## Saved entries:
*** Begin section ***

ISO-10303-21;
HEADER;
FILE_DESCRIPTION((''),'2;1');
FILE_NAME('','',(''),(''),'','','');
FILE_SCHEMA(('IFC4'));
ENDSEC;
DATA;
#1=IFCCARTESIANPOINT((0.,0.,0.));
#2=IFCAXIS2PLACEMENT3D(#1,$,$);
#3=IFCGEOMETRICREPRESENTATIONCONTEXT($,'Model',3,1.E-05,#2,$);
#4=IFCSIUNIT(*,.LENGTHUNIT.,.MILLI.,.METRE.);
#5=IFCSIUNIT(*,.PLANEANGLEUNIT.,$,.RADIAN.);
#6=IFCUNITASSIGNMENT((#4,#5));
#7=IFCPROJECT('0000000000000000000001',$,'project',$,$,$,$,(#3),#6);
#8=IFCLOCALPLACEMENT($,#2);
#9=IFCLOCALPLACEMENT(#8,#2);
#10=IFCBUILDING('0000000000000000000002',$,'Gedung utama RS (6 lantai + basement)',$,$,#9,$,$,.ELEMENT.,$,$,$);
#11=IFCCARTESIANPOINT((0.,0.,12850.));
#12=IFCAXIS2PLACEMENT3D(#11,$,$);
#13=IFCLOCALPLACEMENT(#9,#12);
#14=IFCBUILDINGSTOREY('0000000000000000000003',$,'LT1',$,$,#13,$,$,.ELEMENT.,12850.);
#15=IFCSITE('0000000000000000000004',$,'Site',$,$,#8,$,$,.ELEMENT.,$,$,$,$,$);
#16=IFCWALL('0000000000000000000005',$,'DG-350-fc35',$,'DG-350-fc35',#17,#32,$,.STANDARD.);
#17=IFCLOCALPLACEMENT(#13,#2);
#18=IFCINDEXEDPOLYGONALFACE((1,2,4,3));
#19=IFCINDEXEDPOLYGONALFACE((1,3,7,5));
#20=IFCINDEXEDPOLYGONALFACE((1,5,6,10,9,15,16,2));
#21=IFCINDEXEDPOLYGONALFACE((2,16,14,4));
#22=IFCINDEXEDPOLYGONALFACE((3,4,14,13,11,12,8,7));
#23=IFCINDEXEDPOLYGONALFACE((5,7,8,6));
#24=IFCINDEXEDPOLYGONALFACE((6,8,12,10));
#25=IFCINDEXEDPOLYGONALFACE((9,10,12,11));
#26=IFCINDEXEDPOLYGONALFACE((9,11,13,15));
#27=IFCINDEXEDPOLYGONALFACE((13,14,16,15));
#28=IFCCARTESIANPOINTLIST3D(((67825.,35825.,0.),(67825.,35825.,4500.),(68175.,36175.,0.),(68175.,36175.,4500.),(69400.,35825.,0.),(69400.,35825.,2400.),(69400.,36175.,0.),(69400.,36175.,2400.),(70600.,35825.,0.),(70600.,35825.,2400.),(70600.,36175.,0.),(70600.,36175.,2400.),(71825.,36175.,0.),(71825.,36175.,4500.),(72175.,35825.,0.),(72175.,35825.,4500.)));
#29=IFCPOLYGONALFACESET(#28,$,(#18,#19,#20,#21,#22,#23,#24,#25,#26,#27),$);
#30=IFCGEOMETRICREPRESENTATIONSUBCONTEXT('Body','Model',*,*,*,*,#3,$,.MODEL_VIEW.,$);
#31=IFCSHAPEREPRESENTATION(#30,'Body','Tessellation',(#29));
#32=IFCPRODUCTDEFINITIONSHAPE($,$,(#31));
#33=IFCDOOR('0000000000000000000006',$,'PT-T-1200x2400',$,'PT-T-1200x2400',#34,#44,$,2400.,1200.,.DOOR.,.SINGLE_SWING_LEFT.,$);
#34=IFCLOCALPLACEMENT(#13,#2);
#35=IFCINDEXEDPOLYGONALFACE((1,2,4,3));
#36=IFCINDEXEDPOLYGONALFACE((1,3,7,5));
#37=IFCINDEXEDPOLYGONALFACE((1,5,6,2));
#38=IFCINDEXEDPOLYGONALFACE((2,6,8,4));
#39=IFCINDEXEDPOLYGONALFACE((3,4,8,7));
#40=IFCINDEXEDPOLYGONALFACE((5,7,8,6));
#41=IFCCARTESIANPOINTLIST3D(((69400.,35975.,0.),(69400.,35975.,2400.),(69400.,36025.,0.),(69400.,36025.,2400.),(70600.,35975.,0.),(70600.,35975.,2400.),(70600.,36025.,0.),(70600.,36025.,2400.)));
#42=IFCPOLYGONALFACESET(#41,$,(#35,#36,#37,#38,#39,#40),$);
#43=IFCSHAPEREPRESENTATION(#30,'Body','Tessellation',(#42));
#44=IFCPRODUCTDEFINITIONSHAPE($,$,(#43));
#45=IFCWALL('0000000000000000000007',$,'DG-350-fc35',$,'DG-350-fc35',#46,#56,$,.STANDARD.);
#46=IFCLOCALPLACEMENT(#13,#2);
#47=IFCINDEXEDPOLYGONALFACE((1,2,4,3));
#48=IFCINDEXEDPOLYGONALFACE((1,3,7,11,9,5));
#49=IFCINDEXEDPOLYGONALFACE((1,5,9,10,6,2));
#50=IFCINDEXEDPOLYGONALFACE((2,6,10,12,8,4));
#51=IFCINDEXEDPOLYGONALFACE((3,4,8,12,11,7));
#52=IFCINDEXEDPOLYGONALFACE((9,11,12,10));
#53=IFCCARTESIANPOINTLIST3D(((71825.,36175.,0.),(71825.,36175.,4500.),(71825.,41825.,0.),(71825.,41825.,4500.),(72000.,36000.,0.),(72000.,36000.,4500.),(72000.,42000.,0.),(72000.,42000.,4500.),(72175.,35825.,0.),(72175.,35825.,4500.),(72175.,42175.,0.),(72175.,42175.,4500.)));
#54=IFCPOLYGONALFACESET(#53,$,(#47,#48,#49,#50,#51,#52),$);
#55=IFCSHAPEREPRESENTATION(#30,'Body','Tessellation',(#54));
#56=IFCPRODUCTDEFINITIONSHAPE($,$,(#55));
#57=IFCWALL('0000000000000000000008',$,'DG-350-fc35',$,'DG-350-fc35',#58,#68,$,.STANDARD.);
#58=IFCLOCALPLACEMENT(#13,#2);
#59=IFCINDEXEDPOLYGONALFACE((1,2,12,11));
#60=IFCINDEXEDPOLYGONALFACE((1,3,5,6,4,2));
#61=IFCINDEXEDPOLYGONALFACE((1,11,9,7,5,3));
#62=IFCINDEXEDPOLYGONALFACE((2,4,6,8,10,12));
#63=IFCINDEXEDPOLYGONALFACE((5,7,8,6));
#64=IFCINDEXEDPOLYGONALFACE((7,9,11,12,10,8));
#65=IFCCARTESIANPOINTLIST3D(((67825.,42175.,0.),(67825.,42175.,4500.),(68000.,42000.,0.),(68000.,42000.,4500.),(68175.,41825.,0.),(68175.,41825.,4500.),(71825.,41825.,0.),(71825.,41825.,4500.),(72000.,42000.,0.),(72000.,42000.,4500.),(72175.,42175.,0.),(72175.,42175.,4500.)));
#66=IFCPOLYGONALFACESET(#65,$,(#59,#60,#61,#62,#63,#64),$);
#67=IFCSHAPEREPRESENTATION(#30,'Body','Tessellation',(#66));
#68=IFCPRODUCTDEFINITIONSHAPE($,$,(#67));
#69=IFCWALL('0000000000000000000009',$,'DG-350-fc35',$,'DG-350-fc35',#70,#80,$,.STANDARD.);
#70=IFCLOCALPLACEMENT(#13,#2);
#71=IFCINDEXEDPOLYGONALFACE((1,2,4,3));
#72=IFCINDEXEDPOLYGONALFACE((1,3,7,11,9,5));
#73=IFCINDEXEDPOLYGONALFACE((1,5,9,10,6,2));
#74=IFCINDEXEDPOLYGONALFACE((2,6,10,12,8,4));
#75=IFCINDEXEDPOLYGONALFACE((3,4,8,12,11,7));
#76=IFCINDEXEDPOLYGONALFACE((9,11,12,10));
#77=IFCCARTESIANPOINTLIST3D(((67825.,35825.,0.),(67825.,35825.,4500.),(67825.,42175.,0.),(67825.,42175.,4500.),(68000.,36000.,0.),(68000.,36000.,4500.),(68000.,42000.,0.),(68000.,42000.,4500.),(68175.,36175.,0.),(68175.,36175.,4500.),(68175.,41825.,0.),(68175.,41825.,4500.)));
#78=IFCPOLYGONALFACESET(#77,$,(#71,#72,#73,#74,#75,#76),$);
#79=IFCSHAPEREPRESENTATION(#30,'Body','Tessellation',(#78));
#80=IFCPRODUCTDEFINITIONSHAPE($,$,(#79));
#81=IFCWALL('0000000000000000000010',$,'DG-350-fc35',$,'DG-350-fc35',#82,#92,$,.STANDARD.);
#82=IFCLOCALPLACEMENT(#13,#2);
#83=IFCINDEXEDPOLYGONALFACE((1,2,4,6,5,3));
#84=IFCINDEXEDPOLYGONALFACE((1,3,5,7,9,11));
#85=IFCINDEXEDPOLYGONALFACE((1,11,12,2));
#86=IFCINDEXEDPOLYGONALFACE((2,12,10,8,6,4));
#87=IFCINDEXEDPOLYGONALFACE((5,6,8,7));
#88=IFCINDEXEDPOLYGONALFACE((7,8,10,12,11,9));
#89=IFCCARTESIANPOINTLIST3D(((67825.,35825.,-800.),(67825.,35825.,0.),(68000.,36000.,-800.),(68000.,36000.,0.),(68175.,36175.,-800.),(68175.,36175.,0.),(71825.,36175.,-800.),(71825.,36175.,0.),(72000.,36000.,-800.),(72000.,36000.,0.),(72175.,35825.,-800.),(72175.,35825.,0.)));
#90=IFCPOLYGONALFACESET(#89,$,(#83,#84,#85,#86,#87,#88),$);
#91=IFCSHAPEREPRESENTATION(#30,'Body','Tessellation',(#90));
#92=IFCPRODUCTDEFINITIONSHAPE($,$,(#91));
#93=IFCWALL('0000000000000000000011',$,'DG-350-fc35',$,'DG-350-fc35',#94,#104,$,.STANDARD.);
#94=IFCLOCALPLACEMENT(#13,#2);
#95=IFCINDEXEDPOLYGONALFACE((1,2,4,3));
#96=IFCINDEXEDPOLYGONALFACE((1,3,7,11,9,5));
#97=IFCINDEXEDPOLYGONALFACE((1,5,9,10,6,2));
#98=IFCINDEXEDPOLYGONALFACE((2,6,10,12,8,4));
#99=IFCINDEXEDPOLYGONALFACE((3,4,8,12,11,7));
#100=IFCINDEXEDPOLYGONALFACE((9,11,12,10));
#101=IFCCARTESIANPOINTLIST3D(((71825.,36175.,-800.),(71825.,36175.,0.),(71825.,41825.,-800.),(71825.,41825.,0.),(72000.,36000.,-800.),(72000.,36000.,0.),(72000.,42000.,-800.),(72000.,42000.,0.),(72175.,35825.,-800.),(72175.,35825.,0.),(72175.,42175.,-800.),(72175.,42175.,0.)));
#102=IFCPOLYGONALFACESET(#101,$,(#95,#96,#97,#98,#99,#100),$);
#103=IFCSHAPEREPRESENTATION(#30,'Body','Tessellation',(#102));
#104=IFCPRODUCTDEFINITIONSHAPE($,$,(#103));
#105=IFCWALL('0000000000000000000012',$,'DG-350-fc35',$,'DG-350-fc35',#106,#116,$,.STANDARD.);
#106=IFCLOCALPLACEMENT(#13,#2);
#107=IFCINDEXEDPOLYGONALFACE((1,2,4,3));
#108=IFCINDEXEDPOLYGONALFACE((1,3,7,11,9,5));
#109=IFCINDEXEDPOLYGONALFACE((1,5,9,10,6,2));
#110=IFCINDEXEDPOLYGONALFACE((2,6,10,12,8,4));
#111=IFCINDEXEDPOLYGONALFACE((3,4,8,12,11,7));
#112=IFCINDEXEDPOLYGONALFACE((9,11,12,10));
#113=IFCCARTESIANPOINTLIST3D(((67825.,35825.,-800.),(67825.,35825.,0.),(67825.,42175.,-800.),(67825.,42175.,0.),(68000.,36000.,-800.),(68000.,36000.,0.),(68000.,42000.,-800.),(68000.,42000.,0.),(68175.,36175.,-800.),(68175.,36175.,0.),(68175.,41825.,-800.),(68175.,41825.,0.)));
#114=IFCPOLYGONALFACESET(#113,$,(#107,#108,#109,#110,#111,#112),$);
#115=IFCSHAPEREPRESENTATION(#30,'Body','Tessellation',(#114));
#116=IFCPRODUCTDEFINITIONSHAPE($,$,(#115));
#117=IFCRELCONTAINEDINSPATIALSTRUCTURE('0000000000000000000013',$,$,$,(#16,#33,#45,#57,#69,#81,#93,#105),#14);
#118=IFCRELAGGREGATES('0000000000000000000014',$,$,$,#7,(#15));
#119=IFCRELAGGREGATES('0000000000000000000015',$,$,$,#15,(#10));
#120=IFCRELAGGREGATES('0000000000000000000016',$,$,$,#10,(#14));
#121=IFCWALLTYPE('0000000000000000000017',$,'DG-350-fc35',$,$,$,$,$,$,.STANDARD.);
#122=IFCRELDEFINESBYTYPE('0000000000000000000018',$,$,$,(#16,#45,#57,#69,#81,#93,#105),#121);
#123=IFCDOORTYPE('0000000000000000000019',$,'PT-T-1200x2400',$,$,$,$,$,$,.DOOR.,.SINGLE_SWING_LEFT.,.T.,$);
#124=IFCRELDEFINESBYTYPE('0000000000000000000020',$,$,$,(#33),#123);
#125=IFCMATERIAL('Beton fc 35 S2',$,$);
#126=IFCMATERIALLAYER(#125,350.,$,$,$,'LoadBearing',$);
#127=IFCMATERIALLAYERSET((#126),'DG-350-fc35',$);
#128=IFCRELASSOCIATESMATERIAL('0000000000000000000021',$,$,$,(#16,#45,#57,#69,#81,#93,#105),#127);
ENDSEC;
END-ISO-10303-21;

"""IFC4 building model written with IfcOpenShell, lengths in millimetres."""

from ifc_helpers import new_model, si_unit, frame, frame_2d, origin, place, context, subcontext, project, spatial, polyline, rectangle, outline, extrude, material, layer, layer_set, layer_usage, type_object, element, fill, save


model = new_model("IFC4")

# Units and contexts
model_context = context("Model", 3, precision=1e-05, world=origin())
body_context = subcontext(model_context, "Body", "Model", "MODEL_VIEW")
ifc_project = project(units=[si_unit("LENGTHUNIT", "METRE", prefix="MILLI"), si_unit("PLANEANGLEUNIT", "RADIAN")], contexts=[model_context])

# Site, building, storey
site_placement = place(None, origin())
site = spatial("IfcSite", under=ifc_project, at=site_placement, Name="Site", CompositionType="ELEMENT")
building_placement = place(site_placement, origin())
building = spatial("IfcBuilding", under=site, at=building_placement, Name="Gedung utama RS (6 lantai + basement)", CompositionType="ELEMENT")
storey_placement = place(building_placement, frame((0.0, 0.0, 12850.0)))
storey = spatial("IfcBuildingStorey", under=building, at=storey_placement, Name="LT1", CompositionType="ELEMENT", Elevation=12850.0)

# Shared definitions
ifc_material = material(Name="Beton fc 35 S2")

# Wall, opening, door
ifc_layer = layer(ifc_material, 350.0, Category="LoadBearing")
ifc_layer_set = layer_set([ifc_layer], Name="DG-350-fc35")
ifc_layer_usage = layer_usage(ifc_layer_set, "AXIS2", "NEGATIVE", 175.0)
wall_type = type_object("IfcWallType", Name="DG-350-fc35", PredefinedType="STANDARD")
wall_1_placement = place(storey_placement, frame((68000.0, 36000.0, 0.0), z_axis=(0.0, 0.0, 1.0), x_axis=(1.0, 0.0, 0.0)))
wall_1 = element("IfcWall", 1, at=wall_1_placement, inside=storey, type_object=wall_type, material=ifc_layer_usage, Name="DG-350-fc35", ObjectType="DG-350-fc35", PredefinedType="STANDARD", context=body_context, shape_type="SweptSolid", body=[
    extrude(outline(polyline([(-175.0, -175.0), (0.0, 0.0), (175.0, 175.0), (3825.0, 175.0), (4000.0, 0.0), (4175.0, -175.0), (-175.0, -175.0)])), origin(), (0.0, 0.0, 1.0), 4500.0),
])
opening_placement = place(wall_1_placement, frame((1400.0, 0.0, 0.0), z_axis=(0.0, 0.0, 1.0), x_axis=(1.0, 0.0, 0.0)))
opening = element("IfcOpeningElement", 2, at=opening_placement, cuts=wall_1, PredefinedType="OPENING", context=body_context, shape_type="SweptSolid", body=[
    extrude(rectangle(XDim=1200.0, YDim=370.0, at=frame_2d((600.0, 0.0))), origin(), (0.0, 0.0, 1.0), 2400.0),
])
door_type = type_object("IfcDoorType", Name="PT-T-1200x2400", OperationType="SINGLE_SWING_LEFT", ParameterTakesPrecedence=True, PredefinedType="DOOR")
door_placement = place(opening_placement, origin())
door = element("IfcDoor", 3, at=door_placement, inside=storey, type_object=door_type, Name="PT-T-1200x2400", ObjectType="PT-T-1200x2400", OperationType="SINGLE_SWING_LEFT", OverallHeight=2400.0, OverallWidth=1200.0, PredefinedType="DOOR", context=body_context, shape_type="SweptSolid", body=[
    extrude(rectangle(XDim=1200.0, YDim=50.0, at=frame_2d((600.0, 0.0))), origin(), (0.0, 0.0, 1.0), 2400.0),
])
fill(opening, door)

*** End section ***

## DESCRIPTION OF THE TASK:
Restate verbatim the first line above and all lines after it through the line containing "#8=IFCLOCALPLACEMENT($,#2);"; omit the rest.

## ANSWER TO THIS EXERCISE:
ISO-10303-21;
HEADER;
FILE_DESCRIPTION((''),'2;1');
FILE_NAME('','',(''),(''),'','','');
FILE_SCHEMA(('IFC4'));
ENDSEC;
DATA;
#1=IFCCARTESIANPOINT((0.,0.,0.));
#2=IFCAXIS2PLACEMENT3D(#1,$,$);
#3=IFCGEOMETRICREPRESENTATIONCONTEXT($,'Model',3,1.E-05,#2,$);
#4=IFCSIUNIT(*,.LENGTHUNIT.,.MILLI.,.METRE.);
#5=IFCSIUNIT(*,.PLANEANGLEUNIT.,$,.RADIAN.);
#6=IFCUNITASSIGNMENT((#4,#5));
#7=IFCPROJECT('0000000000000000000001',$,'project',$,$,$,$,(#3),#6);
#8=IFCLOCALPLACEMENT($,#2);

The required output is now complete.